» **Stored records**:
-- -- --

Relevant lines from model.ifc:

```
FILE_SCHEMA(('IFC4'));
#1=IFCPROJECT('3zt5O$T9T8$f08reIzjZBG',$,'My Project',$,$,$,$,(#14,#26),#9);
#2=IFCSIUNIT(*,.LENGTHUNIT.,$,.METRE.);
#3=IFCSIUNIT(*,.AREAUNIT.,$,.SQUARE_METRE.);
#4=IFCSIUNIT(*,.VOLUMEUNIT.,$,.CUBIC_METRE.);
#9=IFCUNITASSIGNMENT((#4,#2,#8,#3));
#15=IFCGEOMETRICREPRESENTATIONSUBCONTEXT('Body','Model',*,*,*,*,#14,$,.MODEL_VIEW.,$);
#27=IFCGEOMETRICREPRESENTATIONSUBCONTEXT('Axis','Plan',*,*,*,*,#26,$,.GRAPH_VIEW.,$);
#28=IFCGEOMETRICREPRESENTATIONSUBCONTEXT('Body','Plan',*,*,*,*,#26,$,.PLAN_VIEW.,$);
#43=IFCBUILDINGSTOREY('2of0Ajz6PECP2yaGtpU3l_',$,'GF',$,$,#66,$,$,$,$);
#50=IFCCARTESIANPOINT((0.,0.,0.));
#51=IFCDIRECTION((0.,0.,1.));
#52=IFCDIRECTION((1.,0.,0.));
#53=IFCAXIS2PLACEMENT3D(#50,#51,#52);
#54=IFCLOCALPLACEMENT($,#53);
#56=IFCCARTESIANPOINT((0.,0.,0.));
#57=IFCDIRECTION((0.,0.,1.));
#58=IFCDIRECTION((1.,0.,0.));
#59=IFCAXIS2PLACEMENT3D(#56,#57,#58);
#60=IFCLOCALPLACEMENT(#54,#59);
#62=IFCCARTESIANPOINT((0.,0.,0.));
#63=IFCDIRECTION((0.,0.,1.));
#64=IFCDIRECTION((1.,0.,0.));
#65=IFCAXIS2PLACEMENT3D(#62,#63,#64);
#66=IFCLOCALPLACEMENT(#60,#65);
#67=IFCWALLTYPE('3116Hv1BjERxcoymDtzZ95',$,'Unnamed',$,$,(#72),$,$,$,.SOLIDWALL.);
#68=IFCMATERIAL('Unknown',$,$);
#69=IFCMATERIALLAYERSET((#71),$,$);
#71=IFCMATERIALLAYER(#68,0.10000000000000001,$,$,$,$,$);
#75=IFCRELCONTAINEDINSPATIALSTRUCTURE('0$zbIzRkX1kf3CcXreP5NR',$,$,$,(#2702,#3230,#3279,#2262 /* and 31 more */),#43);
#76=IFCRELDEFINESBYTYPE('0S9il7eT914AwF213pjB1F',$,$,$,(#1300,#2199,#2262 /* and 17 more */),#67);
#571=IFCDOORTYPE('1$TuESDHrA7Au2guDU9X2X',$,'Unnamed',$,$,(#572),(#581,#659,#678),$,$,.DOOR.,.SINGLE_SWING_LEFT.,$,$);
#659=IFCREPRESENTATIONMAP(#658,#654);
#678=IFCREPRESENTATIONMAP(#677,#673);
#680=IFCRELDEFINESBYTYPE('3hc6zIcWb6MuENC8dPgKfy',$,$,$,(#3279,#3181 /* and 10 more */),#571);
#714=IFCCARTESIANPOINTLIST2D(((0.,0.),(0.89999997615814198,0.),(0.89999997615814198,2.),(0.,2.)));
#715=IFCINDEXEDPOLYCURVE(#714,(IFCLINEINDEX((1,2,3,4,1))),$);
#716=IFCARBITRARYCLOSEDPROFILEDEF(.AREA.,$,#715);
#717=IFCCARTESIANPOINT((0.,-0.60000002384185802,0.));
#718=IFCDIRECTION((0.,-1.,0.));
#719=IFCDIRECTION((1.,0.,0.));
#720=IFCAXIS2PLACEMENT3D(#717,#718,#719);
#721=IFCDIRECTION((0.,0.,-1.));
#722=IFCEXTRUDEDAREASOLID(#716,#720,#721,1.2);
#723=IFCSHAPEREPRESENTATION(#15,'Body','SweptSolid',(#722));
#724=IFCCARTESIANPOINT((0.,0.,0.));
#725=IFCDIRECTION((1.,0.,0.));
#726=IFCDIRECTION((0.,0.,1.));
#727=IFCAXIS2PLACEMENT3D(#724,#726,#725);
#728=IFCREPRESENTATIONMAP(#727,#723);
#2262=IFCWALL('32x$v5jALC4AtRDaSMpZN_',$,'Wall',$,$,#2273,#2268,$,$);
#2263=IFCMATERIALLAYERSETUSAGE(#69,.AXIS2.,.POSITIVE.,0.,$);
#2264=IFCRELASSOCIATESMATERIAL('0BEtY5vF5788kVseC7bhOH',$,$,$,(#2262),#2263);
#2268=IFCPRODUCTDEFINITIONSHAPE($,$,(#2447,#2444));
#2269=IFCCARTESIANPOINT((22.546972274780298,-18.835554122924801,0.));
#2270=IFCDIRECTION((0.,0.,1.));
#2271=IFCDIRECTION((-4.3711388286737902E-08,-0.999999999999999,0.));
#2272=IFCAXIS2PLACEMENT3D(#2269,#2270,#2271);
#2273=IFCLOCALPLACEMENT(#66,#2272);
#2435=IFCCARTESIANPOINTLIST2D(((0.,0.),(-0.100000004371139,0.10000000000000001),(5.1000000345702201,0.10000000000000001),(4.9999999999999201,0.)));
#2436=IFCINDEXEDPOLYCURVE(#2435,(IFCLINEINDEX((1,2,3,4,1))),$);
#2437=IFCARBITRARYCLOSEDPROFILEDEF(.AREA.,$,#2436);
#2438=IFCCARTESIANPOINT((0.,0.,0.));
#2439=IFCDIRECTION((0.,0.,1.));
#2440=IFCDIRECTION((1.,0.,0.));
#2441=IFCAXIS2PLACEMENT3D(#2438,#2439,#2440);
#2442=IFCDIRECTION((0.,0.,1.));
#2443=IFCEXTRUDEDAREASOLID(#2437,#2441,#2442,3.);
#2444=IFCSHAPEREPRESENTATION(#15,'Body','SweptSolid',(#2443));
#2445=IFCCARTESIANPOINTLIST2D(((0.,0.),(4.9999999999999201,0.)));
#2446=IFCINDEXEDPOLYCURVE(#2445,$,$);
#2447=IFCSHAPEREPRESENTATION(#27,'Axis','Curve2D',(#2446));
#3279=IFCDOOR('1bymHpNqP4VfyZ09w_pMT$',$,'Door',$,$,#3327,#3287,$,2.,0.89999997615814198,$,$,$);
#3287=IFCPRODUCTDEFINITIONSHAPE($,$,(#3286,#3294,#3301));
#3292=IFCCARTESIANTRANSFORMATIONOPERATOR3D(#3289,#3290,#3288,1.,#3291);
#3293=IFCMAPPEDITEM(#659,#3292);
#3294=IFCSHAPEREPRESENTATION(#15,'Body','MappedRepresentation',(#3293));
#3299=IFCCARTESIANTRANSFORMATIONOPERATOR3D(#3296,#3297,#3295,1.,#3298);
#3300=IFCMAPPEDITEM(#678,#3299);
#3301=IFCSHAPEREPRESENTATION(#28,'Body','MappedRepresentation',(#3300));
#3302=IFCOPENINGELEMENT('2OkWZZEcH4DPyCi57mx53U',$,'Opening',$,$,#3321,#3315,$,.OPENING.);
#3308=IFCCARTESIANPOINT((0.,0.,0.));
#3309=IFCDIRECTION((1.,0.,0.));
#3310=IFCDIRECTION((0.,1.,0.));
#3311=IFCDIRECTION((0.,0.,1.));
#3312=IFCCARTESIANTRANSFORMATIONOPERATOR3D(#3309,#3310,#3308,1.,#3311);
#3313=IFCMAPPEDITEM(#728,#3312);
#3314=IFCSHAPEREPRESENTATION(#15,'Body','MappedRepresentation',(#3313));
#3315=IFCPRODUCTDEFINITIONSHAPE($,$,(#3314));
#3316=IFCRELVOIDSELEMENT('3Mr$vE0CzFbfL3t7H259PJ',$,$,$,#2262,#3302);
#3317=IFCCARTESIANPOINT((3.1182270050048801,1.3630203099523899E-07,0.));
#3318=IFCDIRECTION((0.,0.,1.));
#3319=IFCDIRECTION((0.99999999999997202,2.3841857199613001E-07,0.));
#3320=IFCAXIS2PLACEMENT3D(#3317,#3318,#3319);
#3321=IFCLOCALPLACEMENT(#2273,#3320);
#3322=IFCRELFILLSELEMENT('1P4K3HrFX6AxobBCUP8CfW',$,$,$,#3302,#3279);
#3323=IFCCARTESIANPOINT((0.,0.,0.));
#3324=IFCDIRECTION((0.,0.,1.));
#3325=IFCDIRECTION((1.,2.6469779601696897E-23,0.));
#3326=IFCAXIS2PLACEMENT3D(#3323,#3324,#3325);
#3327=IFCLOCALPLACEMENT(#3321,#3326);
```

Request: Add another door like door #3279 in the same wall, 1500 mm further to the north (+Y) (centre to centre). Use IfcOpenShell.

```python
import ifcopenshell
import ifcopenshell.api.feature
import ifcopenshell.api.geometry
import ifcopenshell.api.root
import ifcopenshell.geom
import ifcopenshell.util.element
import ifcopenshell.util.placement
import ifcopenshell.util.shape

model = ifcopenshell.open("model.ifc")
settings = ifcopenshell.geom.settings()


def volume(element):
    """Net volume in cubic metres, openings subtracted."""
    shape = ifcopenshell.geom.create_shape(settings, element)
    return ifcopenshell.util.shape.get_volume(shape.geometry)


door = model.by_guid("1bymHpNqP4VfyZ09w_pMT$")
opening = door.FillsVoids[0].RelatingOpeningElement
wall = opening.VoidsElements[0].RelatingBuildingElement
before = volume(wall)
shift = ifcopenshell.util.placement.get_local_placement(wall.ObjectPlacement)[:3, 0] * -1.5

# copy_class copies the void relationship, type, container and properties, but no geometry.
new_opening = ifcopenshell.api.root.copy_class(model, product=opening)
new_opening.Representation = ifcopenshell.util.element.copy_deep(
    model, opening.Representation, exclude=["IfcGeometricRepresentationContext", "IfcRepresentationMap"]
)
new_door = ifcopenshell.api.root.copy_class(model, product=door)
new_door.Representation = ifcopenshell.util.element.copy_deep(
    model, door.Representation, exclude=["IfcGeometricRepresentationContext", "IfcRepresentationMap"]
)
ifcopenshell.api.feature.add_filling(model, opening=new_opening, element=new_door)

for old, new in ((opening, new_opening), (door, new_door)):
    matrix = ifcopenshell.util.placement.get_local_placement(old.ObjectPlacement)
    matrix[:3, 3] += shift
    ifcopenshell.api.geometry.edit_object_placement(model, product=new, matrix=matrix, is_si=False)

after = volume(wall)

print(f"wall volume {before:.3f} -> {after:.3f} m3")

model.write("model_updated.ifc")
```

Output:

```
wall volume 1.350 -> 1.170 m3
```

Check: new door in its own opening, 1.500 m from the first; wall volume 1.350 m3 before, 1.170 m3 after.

-- -- --

Taking the records above as input, show every line in which the word "Unnamed" is present.

#67=IFCWALLTYPE('3116Hv1BjERxcoymDtzZ95',$,'Unnamed',$,$,(#72),$,$,$,.SOLIDWALL.);
#571=IFCDOORTYPE('1$TuESDHrA7Au2guDU9X2X',$,'Unnamed',$,$,(#572),(#581,#659,#678),$,$,.DOOR.,.SINGLE_SWING_LEFT.,$,$);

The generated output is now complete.